# What needs to be done
Extract the lines that carry the string "IFCRELAGGREGATES" from the listing.

# Data for this exercise
○ ○ ○ ○ ○

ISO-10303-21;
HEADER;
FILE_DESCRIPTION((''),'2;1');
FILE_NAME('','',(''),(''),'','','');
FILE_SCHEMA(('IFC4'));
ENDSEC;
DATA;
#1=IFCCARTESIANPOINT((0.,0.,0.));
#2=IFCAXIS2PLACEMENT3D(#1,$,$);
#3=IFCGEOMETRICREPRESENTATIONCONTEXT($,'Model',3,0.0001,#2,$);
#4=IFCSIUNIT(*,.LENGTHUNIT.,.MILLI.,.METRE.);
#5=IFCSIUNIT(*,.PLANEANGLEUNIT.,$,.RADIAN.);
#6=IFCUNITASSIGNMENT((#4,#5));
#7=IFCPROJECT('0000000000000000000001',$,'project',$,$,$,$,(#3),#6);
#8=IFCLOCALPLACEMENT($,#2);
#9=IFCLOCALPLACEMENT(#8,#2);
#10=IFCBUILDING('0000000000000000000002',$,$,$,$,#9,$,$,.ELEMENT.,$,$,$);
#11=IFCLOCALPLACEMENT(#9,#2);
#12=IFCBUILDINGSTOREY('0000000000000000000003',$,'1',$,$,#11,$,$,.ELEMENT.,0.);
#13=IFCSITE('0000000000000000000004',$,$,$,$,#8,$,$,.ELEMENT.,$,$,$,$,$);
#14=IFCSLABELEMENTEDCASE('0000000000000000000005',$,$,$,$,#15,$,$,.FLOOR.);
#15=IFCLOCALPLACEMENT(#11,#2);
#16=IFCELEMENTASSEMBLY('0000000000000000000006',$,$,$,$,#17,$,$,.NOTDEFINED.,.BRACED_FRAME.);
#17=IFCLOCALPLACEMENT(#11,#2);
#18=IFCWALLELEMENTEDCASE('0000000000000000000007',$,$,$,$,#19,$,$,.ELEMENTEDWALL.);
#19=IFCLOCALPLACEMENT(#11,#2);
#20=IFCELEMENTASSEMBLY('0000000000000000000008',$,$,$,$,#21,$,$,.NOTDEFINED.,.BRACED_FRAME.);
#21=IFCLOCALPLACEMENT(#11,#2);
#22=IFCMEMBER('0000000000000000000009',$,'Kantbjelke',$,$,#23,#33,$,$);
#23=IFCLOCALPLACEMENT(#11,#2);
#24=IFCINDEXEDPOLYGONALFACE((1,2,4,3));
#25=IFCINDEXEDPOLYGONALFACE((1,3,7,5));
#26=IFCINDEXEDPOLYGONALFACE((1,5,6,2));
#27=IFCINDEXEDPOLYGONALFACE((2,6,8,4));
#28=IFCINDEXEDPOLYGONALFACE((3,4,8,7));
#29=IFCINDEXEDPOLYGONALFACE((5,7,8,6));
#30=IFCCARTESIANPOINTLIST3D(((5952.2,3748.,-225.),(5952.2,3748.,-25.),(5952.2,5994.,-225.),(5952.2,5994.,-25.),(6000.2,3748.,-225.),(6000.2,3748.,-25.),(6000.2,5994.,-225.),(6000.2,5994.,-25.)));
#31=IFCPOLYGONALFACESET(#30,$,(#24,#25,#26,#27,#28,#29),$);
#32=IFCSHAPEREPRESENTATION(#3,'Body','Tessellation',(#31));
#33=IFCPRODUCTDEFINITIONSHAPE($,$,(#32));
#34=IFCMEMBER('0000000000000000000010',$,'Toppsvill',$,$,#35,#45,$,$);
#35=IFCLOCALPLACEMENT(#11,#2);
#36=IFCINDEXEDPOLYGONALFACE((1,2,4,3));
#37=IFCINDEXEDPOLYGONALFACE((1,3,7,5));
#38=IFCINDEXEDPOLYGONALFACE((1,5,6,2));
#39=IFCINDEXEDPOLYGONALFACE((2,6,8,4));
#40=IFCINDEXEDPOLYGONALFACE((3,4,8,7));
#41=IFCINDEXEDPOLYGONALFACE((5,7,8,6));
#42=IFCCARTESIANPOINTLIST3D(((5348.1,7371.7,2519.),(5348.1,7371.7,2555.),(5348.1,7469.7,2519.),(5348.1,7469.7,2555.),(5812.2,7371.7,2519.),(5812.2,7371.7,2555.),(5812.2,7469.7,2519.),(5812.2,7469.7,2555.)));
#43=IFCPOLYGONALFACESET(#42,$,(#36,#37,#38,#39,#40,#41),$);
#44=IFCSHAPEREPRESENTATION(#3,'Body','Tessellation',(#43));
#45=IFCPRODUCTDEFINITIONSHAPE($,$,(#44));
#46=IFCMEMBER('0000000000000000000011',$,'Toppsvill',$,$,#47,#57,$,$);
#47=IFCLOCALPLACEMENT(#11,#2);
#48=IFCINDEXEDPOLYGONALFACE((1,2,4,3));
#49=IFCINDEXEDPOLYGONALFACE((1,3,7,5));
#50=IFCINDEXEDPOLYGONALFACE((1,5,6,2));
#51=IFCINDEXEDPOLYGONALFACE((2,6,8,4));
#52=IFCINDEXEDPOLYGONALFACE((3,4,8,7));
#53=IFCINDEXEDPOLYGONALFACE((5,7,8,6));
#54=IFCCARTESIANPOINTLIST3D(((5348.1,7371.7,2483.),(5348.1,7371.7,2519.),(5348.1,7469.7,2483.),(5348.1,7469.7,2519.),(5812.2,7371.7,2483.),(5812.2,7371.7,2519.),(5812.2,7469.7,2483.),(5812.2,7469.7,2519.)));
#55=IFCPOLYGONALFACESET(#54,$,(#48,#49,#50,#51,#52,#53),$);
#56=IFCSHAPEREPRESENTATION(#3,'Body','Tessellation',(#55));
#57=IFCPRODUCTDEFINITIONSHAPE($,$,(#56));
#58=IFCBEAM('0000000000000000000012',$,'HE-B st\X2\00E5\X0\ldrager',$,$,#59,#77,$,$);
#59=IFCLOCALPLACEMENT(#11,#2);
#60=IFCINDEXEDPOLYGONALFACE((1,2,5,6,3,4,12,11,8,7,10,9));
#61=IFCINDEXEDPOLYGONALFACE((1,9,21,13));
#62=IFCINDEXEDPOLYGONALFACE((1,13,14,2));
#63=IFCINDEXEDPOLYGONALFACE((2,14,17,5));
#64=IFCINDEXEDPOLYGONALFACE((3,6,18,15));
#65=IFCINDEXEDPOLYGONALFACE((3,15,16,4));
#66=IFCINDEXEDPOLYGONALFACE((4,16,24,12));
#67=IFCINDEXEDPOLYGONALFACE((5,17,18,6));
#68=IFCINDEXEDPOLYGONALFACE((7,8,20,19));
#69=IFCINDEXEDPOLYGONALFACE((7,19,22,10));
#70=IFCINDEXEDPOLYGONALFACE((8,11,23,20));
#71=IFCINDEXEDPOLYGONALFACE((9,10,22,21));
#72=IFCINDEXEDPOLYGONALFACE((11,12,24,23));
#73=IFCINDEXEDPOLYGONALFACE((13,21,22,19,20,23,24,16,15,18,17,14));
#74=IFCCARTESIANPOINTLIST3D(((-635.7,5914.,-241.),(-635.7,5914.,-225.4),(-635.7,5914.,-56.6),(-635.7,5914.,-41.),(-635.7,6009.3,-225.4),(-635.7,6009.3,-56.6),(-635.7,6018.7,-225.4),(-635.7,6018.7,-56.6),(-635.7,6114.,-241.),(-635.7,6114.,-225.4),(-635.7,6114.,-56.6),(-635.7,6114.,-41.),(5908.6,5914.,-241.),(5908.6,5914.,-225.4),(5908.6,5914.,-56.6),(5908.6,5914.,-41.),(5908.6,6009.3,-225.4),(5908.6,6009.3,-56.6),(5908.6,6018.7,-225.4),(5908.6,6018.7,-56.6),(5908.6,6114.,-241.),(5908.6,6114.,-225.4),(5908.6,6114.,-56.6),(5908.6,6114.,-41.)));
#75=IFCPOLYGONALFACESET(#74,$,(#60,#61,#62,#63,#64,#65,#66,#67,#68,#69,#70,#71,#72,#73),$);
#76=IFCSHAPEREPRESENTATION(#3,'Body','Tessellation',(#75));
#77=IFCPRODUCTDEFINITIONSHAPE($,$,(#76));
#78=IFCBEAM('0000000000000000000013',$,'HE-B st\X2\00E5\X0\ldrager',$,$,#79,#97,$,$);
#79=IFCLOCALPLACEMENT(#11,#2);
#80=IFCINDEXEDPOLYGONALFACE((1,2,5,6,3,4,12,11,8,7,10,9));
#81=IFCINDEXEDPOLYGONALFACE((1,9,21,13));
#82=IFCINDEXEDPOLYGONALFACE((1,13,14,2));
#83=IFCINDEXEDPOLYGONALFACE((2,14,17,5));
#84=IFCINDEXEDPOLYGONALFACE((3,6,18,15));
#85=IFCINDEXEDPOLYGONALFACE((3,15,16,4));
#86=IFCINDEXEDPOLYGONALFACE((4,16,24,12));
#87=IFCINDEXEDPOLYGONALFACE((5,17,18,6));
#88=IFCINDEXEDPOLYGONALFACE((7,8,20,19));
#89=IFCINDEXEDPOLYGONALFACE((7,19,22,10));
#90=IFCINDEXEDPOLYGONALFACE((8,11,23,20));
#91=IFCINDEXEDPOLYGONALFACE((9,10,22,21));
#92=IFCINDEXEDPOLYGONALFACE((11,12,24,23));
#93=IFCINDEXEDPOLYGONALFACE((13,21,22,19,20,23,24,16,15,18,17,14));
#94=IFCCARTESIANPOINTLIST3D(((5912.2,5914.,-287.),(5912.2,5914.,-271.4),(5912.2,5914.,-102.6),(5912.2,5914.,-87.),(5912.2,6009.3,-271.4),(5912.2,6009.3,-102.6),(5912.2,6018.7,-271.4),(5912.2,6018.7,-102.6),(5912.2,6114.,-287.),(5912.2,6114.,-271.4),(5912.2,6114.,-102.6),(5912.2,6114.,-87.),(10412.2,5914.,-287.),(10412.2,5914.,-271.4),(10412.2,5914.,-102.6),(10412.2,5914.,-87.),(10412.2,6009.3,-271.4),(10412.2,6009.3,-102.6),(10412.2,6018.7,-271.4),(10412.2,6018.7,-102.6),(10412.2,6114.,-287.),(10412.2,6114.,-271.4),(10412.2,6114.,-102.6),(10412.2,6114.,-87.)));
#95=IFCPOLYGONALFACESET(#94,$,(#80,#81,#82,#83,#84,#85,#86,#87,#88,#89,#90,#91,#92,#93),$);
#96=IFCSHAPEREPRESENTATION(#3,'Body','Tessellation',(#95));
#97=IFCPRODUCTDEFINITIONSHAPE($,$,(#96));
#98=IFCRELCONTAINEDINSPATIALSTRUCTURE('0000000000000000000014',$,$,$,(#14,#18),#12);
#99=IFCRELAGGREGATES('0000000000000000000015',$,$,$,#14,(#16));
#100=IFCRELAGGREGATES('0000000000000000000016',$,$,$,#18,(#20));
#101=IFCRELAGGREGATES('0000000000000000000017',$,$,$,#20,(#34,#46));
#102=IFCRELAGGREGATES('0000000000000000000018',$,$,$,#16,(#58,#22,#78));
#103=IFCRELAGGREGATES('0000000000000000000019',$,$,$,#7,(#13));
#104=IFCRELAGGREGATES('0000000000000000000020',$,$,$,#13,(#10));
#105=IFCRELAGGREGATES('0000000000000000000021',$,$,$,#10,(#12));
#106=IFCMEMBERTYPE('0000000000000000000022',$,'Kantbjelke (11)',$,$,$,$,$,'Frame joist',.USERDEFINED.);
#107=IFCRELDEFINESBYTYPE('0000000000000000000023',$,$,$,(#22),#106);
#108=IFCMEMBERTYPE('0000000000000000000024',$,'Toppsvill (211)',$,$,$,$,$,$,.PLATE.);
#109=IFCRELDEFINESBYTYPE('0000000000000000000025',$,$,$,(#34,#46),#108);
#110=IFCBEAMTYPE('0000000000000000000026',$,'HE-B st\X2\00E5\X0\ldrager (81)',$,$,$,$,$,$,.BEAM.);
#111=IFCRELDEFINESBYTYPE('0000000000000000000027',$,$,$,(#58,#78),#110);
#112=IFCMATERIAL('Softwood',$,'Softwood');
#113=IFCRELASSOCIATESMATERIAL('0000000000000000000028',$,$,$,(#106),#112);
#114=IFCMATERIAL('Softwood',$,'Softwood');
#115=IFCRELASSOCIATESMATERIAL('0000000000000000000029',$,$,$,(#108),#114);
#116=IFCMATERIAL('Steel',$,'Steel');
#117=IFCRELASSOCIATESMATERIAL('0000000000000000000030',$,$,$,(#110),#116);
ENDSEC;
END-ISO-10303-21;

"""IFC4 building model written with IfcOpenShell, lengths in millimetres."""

from ifc_helpers import new_model, si_unit, frame, origin, place, context, project, spatial, polyline, rectangle, outline, extrude, clip, halfspace, material, material_profile, profile_set, type_object, element, aggregate, save


model = new_model("IFC4")

# Units and contexts
model_context = context("Model", 3, precision=0.0001, world=origin())
ifc_project = project(units=[si_unit("LENGTHUNIT", "METRE", prefix="MILLI"), si_unit("PLANEANGLEUNIT", "RADIAN")], contexts=[model_context])

# Site, building, storey
site_placement = place(None, origin())
site = spatial("IfcSite", under=ifc_project, at=site_placement, CompositionType="ELEMENT")
building_placement = place(site_placement, origin())
building = spatial("IfcBuilding", under=site, at=building_placement, CompositionType="ELEMENT")
storey_placement = place(building_placement, origin())
storey = spatial("IfcBuildingStorey", under=building, at=storey_placement, Name="1", CompositionType="ELEMENT", Elevation=0.0)

# Slab, element assembly
slab_placement = place(storey_placement, origin())
slab = element("IfcSlabElementedCase", 1, at=slab_placement, inside=storey, PredefinedType="FLOOR")
assembly_1_placement = place(slab_placement, frame((0.0, 0.0, -225.0)))
assembly_1 = element("IfcElementAssembly", 2, at=assembly_1_placement, AssemblyPlace="NOTDEFINED", PredefinedType="BRACED_FRAME")
aggregate(slab, [assembly_1])

# Wall, element assembly
wall_1_placement = place(storey_placement, frame((5812.2, 7371.7, 0.0), z_axis=(0.0, 1.0, 0.0), x_axis=(-1.0, 0.0, 0.0)))
wall_1 = element("IfcWallElementedCase", 3, at=wall_1_placement, inside=storey, PredefinedType="ELEMENTEDWALL")
assembly_2_placement = place(wall_1_placement, origin())
assembly_2 = element("IfcElementAssembly", 4, at=assembly_2_placement, AssemblyPlace="NOTDEFINED", PredefinedType="BRACED_FRAME")
aggregate(wall_1, [assembly_2])

# Members
ifc_material_1 = material(Name="Softwood", Category="Softwood")
ifc_material_profile_1 = material_profile(ifc_material_1, rectangle(XDim=48.0, YDim=200.0), Name="Kantbjelke (11)")
ifc_profile_set_1 = profile_set([ifc_material_profile_1])
member_type_1 = type_object("IfcMemberType", Name="Kantbjelke (11)", ElementType="Frame joist", PredefinedType="USERDEFINED", material=ifc_profile_set_1)
member_1_placement = place(assembly_1_placement, frame((5976.2, 3748.0, 0.0), z_axis=(0.0, 1.0, 0.0), x_axis=(-1.0, 0.0, 0.0)))
member_1 = element("IfcMember", 5, at=member_1_placement, type_object=member_type_1, Name="Kantbjelke", context=model_context, shape_type="SweptSolid", body=[
    extrude(rectangle(XDim=48.0, YDim=200.0), frame((0.0, 100.0, 0.0)), (0.0, 0.0, 1.0), 2246.0),
])
ifc_material_2 = material(Name="Softwood", Category="Softwood")
ifc_material_profile_2 = material_profile(ifc_material_2, rectangle(XDim=36.0, YDim=98.0), Name="Toppsvill (211)")
ifc_profile_set_2 = profile_set([ifc_material_profile_2])
member_type_2 = type_object("IfcMemberType", Name="Toppsvill (211)", PredefinedType="PLATE", material=ifc_profile_set_2)
member_2_placement = place(assembly_2_placement, frame((0.0, 2537.0, 0.0), z_axis=(1.0, 0.0, 0.0), x_axis=(0.0, 1.0, 0.0)))
member_2 = element("IfcMember", 6, at=member_2_placement, type_object=member_type_2, Name="Toppsvill", context=model_context, shape_type="Clipping", body=[
    clip(clip(extrude(rectangle(XDim=36.0, YDim=98.0), frame((0.0, 49.0, 0.0)), (0.0, 0.0, 1.0), 464.1), halfspace(frame((0.0, 49.0, 0.0)), True)), halfspace(frame((0.0, 49.0, 464.1)), False)),
])
member_3_placement = place(assembly_2_placement, frame((0.0, 2501.0, 0.0), z_axis=(1.0, 0.0, 0.0), x_axis=(0.0, 1.0, 0.0)))
member_3 = element("IfcMember", 7, at=member_3_placement, type_object=member_type_2, Name="Toppsvill", context=model_context, shape_type="SweptSolid", body=[
    extrude(rectangle(XDim=36.0, YDim=98.0), frame((0.0, 49.0, 0.0)), (0.0, 0.0, 1.0), 464.1),
])
aggregate(assembly_2, [member_2, member_3])

# Beams
ifc_material_3 = material(Name="Steel", Category="Steel")
ifc_material_profile_3 = material_profile(ifc_material_3, outline(polyline([(100.0, -100.0), (100.0, -84.4), (4.7, -84.4), (4.7, 84.4), (100.0, 84.4), (100.0, 100.0), (-100.0, 100.0), (-100.0, 84.4), (-4.7, 84.4), (-4.7, -84.4), (-100.0, -84.4), (-100.0, -100.0)])), Name="HE-B ståldrager (81)")
ifc_profile_set_3 = profile_set([ifc_material_profile_3])
beam_type = type_object("IfcBeamType", Name="HE-B ståldrager (81)", PredefinedType="BEAM", material=ifc_profile_set_3)
beam_1_placement = place(assembly_1_placement, frame((5908.6, 6014.0, -16.0), z_axis=(-1.0, 0.0, 0.0), x_axis=(0.0, -1.0, 0.0)))
beam_1 = element("IfcBeam", 8, at=beam_1_placement, type_object=beam_type, Name="HE-B ståldrager", context=model_context, shape_type="Clipping", body=[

○ ○ ○ ○ ○

# Task output
#99=IFCRELAGGREGATES('0000000000000000000015',$,$,$,#14,(#16));
#100=IFCRELAGGREGATES('0000000000000000000016',$,$,$,#18,(#20));
#101=IFCRELAGGREGATES('0000000000000000000017',$,$,$,#20,(#34,#46));
#102=IFCRELAGGREGATES('0000000000000000000018',$,$,$,#16,(#58,#22,#78));
#103=IFCRELAGGREGATES('0000000000000000000019',$,$,$,#7,(#13));
#104=IFCRELAGGREGATES('0000000000000000000020',$,$,$,#13,(#10));
#105=IFCRELAGGREGATES('0000000000000000000021',$,$,$,#10,(#12));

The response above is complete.